*** Material provided ***
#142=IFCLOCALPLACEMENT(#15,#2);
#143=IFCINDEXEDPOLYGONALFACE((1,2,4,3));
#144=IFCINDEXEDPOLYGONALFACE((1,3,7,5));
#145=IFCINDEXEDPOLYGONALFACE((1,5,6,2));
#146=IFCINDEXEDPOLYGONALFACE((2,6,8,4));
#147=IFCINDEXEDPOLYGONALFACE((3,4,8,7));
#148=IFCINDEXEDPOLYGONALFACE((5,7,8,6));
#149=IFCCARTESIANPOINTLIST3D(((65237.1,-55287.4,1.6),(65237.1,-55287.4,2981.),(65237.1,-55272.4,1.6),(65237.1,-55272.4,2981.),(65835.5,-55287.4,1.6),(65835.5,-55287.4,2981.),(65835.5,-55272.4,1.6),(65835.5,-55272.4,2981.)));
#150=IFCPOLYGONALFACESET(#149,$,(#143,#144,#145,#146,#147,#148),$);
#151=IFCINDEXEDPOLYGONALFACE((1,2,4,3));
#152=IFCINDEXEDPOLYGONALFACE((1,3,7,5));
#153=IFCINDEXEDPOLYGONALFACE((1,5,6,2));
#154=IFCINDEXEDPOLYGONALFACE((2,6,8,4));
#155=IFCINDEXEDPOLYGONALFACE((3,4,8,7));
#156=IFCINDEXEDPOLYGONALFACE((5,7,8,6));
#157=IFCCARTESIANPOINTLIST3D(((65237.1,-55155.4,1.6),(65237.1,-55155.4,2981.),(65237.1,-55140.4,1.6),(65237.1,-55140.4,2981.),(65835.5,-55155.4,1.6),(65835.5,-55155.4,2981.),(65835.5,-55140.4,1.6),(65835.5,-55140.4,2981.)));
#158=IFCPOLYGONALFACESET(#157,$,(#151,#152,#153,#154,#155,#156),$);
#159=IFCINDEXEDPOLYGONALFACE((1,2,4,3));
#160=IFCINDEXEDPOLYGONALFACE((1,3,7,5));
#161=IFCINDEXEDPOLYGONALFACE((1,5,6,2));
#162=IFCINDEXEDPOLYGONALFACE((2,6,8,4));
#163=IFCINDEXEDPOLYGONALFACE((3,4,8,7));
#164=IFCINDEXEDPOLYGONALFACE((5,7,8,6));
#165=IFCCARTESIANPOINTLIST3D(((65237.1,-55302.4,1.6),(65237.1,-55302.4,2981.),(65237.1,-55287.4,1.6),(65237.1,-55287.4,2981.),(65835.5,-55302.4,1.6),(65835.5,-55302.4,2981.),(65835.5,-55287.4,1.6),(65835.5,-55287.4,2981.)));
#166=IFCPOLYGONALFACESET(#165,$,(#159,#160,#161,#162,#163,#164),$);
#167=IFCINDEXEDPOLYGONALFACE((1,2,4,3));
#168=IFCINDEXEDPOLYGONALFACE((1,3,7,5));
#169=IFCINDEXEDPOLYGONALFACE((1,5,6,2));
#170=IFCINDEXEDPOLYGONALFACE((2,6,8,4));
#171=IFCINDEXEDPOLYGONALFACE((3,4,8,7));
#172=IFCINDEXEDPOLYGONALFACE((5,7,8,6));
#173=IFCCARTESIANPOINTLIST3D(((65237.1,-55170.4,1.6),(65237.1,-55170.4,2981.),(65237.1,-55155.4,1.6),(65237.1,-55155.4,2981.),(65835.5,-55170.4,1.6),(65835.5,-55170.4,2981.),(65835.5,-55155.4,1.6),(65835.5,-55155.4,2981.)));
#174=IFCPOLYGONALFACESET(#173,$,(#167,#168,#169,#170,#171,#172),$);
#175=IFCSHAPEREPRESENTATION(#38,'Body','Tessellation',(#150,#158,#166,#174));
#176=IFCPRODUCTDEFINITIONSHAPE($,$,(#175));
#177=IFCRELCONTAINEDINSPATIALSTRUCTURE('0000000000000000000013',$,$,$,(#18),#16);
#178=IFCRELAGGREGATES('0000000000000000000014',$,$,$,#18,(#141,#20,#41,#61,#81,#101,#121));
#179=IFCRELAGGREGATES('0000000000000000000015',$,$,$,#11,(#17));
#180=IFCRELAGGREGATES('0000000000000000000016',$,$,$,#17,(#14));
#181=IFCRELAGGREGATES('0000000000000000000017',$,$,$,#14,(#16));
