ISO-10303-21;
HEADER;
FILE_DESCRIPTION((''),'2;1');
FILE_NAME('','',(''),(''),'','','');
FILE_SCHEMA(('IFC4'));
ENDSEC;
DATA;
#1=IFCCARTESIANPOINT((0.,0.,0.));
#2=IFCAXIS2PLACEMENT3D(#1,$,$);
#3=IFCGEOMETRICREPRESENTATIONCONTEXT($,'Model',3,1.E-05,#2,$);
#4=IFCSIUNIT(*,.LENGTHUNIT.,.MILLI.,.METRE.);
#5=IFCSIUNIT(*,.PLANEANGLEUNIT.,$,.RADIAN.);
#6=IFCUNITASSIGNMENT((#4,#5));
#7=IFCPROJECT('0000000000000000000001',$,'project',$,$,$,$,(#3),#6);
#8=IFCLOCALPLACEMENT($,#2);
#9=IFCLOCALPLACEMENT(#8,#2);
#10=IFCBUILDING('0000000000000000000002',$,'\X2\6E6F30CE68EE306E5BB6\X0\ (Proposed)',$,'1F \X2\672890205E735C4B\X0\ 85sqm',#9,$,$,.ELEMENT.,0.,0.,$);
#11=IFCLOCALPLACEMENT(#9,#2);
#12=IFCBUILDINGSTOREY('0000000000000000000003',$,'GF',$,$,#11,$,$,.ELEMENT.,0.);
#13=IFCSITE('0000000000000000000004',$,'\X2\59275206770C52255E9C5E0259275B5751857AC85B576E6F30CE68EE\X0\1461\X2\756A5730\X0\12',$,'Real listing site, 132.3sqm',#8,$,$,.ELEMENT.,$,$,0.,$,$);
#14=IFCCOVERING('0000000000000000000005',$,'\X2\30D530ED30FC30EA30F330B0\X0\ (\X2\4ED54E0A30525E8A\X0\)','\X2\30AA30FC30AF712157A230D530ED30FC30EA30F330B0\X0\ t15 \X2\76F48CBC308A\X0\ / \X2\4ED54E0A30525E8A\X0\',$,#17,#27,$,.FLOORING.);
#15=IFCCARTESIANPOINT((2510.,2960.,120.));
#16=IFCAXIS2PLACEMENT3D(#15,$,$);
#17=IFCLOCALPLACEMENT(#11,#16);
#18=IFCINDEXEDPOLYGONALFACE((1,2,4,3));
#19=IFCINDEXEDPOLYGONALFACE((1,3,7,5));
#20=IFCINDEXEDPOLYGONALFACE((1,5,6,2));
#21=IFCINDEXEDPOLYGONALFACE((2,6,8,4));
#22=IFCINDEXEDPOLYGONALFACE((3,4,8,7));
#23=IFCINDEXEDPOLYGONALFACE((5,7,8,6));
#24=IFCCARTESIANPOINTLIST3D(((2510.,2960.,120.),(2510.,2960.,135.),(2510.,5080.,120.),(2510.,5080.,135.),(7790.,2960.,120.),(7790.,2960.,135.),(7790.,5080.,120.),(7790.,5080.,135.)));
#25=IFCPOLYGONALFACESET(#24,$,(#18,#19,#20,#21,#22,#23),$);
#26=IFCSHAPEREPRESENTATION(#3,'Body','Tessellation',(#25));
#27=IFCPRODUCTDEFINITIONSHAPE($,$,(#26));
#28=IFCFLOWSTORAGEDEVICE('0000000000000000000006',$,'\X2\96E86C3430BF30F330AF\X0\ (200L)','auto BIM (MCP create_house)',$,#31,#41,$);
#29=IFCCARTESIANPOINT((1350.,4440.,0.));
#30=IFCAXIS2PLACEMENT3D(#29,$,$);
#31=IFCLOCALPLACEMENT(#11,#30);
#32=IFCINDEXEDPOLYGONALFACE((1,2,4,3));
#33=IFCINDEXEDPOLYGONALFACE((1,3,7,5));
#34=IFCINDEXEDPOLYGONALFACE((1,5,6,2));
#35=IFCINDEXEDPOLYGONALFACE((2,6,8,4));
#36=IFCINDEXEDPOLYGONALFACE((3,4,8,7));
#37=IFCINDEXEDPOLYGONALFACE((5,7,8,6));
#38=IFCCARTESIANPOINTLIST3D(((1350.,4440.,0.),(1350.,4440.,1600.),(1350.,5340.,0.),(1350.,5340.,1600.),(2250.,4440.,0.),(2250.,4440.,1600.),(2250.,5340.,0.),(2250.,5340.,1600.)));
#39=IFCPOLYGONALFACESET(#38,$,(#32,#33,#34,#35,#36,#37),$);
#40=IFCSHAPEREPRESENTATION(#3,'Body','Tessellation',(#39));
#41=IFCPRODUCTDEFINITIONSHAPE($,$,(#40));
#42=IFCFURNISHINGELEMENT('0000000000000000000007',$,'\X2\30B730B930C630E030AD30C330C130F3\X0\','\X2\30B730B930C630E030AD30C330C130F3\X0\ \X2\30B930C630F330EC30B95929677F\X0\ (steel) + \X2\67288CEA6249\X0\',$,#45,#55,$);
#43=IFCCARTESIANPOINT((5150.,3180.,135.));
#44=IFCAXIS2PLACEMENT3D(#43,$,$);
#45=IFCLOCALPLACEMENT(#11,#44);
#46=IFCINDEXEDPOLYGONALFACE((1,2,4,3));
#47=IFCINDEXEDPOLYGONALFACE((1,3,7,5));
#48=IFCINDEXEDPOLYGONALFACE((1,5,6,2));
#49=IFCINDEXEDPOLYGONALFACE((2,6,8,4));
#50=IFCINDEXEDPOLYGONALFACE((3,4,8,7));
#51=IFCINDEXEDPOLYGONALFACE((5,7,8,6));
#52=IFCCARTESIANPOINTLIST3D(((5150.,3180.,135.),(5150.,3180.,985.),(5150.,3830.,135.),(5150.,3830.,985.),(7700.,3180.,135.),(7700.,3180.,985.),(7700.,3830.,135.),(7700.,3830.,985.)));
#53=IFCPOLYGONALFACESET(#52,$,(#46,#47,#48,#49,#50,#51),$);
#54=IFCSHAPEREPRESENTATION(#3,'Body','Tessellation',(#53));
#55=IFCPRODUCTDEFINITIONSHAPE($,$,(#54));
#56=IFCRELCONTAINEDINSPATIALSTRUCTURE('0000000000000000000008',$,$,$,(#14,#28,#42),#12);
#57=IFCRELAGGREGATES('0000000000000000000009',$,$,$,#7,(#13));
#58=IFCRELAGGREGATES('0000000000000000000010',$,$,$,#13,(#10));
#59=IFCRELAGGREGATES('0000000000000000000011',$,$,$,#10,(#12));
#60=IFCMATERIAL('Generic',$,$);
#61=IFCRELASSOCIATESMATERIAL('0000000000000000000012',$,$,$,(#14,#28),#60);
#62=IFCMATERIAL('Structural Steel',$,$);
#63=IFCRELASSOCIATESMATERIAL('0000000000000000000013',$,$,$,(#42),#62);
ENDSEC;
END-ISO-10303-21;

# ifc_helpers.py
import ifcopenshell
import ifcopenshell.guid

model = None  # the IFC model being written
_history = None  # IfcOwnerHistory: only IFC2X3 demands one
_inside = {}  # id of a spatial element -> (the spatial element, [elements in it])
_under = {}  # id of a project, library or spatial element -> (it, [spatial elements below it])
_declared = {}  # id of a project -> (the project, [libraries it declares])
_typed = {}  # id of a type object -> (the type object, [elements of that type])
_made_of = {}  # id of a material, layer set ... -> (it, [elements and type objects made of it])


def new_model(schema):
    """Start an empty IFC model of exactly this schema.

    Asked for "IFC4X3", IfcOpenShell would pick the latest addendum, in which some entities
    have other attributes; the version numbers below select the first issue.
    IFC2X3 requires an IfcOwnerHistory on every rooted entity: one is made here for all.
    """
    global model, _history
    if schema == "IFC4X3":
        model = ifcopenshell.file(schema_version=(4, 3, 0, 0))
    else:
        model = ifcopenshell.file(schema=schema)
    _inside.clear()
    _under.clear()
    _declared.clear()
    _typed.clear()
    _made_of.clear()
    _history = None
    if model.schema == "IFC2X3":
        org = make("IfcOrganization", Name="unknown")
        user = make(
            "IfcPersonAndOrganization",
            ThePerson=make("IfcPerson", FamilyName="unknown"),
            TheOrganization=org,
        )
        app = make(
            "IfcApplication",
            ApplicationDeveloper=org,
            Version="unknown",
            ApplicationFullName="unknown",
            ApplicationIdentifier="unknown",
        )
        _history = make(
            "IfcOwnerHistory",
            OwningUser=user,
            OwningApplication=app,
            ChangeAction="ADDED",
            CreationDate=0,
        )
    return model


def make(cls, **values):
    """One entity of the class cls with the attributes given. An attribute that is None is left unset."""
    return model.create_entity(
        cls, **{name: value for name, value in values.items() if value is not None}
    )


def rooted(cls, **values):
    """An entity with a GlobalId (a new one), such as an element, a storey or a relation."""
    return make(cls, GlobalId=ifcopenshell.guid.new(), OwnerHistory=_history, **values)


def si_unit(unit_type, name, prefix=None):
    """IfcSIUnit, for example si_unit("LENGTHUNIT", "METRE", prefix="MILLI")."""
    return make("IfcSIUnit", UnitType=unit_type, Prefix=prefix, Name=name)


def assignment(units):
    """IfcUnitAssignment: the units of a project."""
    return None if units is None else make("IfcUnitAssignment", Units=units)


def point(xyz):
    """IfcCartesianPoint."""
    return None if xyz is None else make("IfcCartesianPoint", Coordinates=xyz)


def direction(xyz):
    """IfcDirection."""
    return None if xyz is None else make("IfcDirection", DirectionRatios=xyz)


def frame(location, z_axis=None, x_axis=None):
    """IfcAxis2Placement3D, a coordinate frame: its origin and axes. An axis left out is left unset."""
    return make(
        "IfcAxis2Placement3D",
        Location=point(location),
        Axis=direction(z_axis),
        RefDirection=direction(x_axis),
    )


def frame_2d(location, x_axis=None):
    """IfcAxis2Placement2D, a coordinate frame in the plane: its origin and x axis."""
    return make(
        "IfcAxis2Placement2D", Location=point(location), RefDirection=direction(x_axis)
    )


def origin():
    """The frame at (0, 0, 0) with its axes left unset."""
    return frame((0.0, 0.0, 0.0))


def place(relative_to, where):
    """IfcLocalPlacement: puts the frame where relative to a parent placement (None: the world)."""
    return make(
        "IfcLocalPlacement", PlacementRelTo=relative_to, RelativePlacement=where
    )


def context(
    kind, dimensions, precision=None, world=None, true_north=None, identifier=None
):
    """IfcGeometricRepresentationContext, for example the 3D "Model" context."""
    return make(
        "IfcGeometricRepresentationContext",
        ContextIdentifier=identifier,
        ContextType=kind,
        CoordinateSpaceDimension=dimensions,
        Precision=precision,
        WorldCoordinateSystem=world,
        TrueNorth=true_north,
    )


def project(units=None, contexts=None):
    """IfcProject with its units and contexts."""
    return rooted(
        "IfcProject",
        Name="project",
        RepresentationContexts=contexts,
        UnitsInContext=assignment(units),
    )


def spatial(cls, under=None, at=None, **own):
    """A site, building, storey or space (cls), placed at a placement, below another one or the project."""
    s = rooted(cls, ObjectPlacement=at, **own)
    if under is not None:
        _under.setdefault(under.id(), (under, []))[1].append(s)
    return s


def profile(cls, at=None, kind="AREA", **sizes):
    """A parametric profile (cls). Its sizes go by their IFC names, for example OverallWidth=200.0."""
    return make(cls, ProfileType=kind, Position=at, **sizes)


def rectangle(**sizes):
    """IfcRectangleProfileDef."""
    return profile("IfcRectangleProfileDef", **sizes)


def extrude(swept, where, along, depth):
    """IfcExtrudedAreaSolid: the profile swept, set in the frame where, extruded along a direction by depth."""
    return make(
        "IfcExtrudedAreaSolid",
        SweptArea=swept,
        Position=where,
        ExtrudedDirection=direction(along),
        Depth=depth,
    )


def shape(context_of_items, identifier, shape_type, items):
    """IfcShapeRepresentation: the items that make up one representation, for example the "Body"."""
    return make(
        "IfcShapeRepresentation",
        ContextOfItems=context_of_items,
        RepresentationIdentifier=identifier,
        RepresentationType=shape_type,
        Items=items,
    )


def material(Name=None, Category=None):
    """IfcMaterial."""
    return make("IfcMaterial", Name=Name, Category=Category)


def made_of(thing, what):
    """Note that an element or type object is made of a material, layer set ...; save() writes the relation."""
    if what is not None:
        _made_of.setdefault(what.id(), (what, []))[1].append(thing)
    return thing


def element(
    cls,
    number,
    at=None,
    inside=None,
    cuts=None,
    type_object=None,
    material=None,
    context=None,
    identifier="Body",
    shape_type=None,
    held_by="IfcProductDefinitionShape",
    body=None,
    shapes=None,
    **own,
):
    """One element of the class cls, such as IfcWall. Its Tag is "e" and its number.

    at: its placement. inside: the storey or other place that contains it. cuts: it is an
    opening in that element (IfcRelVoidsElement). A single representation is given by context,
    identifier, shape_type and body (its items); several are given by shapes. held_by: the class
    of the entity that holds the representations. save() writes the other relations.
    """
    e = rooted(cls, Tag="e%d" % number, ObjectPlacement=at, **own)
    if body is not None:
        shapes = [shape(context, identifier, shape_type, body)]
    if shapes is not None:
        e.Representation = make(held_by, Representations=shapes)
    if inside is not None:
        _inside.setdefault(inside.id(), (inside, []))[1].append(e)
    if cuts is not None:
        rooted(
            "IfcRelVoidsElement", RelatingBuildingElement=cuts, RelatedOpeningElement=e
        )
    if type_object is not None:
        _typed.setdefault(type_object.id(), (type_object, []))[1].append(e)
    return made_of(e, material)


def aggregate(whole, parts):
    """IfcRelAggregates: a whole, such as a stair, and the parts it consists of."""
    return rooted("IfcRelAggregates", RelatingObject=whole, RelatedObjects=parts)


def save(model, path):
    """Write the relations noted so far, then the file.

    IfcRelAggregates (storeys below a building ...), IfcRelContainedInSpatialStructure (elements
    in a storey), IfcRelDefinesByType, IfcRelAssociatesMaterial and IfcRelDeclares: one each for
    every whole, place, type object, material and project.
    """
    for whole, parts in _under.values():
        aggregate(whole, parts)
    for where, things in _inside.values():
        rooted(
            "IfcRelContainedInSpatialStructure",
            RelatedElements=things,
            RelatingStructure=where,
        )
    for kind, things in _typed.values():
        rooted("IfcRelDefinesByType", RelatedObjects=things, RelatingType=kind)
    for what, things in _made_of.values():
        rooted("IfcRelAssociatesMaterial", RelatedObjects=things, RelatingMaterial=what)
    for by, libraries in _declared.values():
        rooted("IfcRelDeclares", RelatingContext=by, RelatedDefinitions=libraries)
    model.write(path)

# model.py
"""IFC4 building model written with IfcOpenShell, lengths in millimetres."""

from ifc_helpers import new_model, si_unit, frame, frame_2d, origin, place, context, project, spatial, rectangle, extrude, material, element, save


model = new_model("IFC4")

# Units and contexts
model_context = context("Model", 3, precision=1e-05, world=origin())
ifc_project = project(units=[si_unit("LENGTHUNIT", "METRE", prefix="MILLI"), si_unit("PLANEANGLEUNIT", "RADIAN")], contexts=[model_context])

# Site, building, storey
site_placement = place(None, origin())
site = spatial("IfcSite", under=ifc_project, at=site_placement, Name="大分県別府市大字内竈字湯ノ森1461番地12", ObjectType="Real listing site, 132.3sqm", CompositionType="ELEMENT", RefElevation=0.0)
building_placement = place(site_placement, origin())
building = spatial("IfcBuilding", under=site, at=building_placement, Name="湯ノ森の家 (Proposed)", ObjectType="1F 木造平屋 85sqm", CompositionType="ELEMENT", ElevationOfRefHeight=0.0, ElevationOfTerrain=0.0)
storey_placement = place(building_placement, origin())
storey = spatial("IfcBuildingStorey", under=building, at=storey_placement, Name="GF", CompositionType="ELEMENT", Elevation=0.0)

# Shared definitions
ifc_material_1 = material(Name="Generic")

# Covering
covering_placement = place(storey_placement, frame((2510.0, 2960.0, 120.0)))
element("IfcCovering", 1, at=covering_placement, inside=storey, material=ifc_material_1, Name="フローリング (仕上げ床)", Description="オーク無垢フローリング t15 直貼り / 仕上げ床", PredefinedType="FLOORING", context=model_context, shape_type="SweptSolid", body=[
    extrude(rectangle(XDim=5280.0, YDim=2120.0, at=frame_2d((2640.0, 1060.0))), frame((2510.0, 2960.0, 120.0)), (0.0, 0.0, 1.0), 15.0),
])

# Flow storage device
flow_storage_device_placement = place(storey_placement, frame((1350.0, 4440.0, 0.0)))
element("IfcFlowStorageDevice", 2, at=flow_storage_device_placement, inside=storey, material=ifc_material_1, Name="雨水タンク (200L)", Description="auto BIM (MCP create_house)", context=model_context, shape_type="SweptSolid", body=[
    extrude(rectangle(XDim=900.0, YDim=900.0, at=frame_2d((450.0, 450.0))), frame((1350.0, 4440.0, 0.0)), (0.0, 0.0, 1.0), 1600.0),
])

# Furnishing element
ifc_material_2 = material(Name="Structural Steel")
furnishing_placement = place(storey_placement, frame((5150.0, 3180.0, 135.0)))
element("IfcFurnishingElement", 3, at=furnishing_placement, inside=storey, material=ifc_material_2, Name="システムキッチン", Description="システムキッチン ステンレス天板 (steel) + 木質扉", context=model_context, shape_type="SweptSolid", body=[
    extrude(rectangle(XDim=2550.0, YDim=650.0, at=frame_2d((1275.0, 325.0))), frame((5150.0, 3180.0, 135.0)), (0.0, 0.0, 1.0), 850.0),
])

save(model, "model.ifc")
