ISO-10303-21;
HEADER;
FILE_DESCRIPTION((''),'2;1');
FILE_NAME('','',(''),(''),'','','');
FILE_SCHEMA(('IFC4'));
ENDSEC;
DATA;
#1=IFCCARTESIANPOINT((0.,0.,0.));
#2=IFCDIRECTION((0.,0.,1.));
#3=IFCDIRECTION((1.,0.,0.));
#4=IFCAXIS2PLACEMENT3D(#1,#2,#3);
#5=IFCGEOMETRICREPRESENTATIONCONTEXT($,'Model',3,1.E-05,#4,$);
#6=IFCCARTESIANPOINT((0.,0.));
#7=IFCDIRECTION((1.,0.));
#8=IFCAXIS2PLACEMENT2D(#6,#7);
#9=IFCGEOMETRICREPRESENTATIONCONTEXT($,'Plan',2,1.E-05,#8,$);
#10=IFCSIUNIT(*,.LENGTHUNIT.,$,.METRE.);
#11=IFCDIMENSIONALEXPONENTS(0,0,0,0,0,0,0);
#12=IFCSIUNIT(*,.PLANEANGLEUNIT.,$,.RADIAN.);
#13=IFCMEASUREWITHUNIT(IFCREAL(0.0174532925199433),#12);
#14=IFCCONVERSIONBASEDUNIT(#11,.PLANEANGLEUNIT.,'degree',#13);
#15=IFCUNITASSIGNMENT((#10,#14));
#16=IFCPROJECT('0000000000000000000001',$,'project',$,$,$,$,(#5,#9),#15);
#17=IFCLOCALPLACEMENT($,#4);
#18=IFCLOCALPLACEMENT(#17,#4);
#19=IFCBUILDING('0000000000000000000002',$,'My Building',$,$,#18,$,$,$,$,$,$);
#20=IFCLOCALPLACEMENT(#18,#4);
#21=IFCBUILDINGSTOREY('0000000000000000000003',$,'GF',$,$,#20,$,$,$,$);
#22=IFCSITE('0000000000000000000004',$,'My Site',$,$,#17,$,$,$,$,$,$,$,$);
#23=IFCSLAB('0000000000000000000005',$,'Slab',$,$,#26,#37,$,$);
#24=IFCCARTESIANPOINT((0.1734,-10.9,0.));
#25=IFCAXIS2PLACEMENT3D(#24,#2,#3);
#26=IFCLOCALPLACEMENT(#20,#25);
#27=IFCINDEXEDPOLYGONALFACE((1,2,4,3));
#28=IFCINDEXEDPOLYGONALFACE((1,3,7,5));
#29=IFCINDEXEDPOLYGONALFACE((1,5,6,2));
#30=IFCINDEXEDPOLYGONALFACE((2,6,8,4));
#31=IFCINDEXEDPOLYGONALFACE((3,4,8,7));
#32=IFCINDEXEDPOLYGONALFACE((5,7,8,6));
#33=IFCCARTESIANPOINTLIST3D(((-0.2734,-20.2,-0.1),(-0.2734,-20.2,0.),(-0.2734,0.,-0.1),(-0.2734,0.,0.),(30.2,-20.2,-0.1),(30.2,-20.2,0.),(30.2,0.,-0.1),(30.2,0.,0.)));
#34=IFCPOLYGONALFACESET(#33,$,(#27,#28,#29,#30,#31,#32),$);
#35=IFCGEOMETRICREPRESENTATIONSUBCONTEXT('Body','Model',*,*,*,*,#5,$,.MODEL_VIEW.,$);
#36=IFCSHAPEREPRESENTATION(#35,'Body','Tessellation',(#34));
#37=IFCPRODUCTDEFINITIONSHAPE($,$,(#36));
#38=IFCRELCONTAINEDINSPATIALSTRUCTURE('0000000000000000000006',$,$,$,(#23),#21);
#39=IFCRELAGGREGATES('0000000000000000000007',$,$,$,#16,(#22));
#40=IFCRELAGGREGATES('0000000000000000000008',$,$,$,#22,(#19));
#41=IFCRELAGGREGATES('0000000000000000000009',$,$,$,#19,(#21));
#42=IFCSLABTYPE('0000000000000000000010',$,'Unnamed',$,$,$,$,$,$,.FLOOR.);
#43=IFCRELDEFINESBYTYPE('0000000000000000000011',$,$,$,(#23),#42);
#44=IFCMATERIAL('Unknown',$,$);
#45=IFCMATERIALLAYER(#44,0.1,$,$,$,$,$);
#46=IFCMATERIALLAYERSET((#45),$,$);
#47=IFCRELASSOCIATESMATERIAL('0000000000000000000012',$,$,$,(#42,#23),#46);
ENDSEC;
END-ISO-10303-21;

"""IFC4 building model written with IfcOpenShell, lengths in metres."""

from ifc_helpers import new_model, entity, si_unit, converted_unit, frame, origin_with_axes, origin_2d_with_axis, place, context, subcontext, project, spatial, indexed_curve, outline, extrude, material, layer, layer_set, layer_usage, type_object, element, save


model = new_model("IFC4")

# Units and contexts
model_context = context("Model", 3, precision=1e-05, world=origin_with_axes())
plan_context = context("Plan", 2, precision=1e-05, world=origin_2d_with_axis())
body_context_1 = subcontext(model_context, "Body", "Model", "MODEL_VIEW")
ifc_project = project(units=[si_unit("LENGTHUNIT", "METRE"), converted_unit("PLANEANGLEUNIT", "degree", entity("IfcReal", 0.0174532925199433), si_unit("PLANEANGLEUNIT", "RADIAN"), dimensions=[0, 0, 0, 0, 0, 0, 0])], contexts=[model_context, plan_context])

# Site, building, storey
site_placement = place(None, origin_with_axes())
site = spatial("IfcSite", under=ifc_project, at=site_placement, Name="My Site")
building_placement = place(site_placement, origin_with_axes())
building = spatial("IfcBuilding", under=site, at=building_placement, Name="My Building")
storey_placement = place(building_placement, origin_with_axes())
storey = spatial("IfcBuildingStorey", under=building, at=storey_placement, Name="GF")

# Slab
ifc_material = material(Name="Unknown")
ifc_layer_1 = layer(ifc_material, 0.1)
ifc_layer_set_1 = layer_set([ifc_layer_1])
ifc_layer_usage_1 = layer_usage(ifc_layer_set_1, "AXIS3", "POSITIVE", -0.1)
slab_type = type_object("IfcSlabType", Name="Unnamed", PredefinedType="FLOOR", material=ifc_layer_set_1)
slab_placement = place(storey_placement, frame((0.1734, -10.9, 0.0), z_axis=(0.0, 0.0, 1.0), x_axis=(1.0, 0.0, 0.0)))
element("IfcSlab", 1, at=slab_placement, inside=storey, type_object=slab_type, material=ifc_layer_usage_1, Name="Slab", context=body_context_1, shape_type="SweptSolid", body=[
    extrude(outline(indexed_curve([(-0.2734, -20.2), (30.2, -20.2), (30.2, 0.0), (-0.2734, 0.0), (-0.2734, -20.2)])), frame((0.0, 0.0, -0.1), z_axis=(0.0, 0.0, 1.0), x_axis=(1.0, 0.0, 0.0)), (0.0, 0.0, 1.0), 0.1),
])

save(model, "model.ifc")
***
Could you retype exactly the lines above, starting at the line that contains "#27=IFCPRODUCTDEFINITIONSHAPE($,$,(#26));" and ending at the line that contains "#47=IFCINDEXEDPOLYGONALFACE((1,3,7,5));", and nothing more?

#27=IFCPRODUCTDEFINITIONSHAPE($,$,(#26));
#28=IFCFLOWSTORAGEDEVICE('0000000000000000000006',$,'\X2\96E86C3430BF30F330AF\X0\ (200L)','auto BIM (MCP create_house)',$,#31,#41,$);
#29=IFCCARTESIANPOINT((1350.,4440.,0.));
#30=IFCAXIS2PLACEMENT3D(#29,$,$);
#31=IFCLOCALPLACEMENT(#11,#30);
#32=IFCINDEXEDPOLYGONALFACE((1,2,4,3));
#33=IFCINDEXEDPOLYGONALFACE((1,3,7,5));
#34=IFCINDEXEDPOLYGONALFACE((1,5,6,2));
#35=IFCINDEXEDPOLYGONALFACE((2,6,8,4));
#36=IFCINDEXEDPOLYGONALFACE((3,4,8,7));
#37=IFCINDEXEDPOLYGONALFACE((5,7,8,6));
#38=IFCCARTESIANPOINTLIST3D(((1350.,4440.,0.),(1350.,4440.,1600.),(1350.,5340.,0.),(1350.,5340.,1600.),(2250.,4440.,0.),(2250.,4440.,1600.),(2250.,5340.,0.),(2250.,5340.,1600.)));
#39=IFCPOLYGONALFACESET(#38,$,(#32,#33,#34,#35,#36,#37),$);
#40=IFCSHAPEREPRESENTATION(#3,'Body','Tessellation',(#39));
#41=IFCPRODUCTDEFINITIONSHAPE($,$,(#40));
#42=IFCFURNISHINGELEMENT('0000000000000000000007',$,'\X2\30B730B930C630E030AD30C330C130F3\X0\','\X2\30B730B930C630E030AD30C330C130F3\X0\ \X2\30B930C630F330EC30B95929677F\X0\ (steel) + \X2\67288CEA6249\X0\',$,#45,#55,$);
#43=IFCCARTESIANPOINT((5150.,3180.,135.));
#44=IFCAXIS2PLACEMENT3D(#43,$,$);
#45=IFCLOCALPLACEMENT(#11,#44);
#46=IFCINDEXEDPOLYGONALFACE((1,2,4,3));
#47=IFCINDEXEDPOLYGONALFACE((1,3,7,5));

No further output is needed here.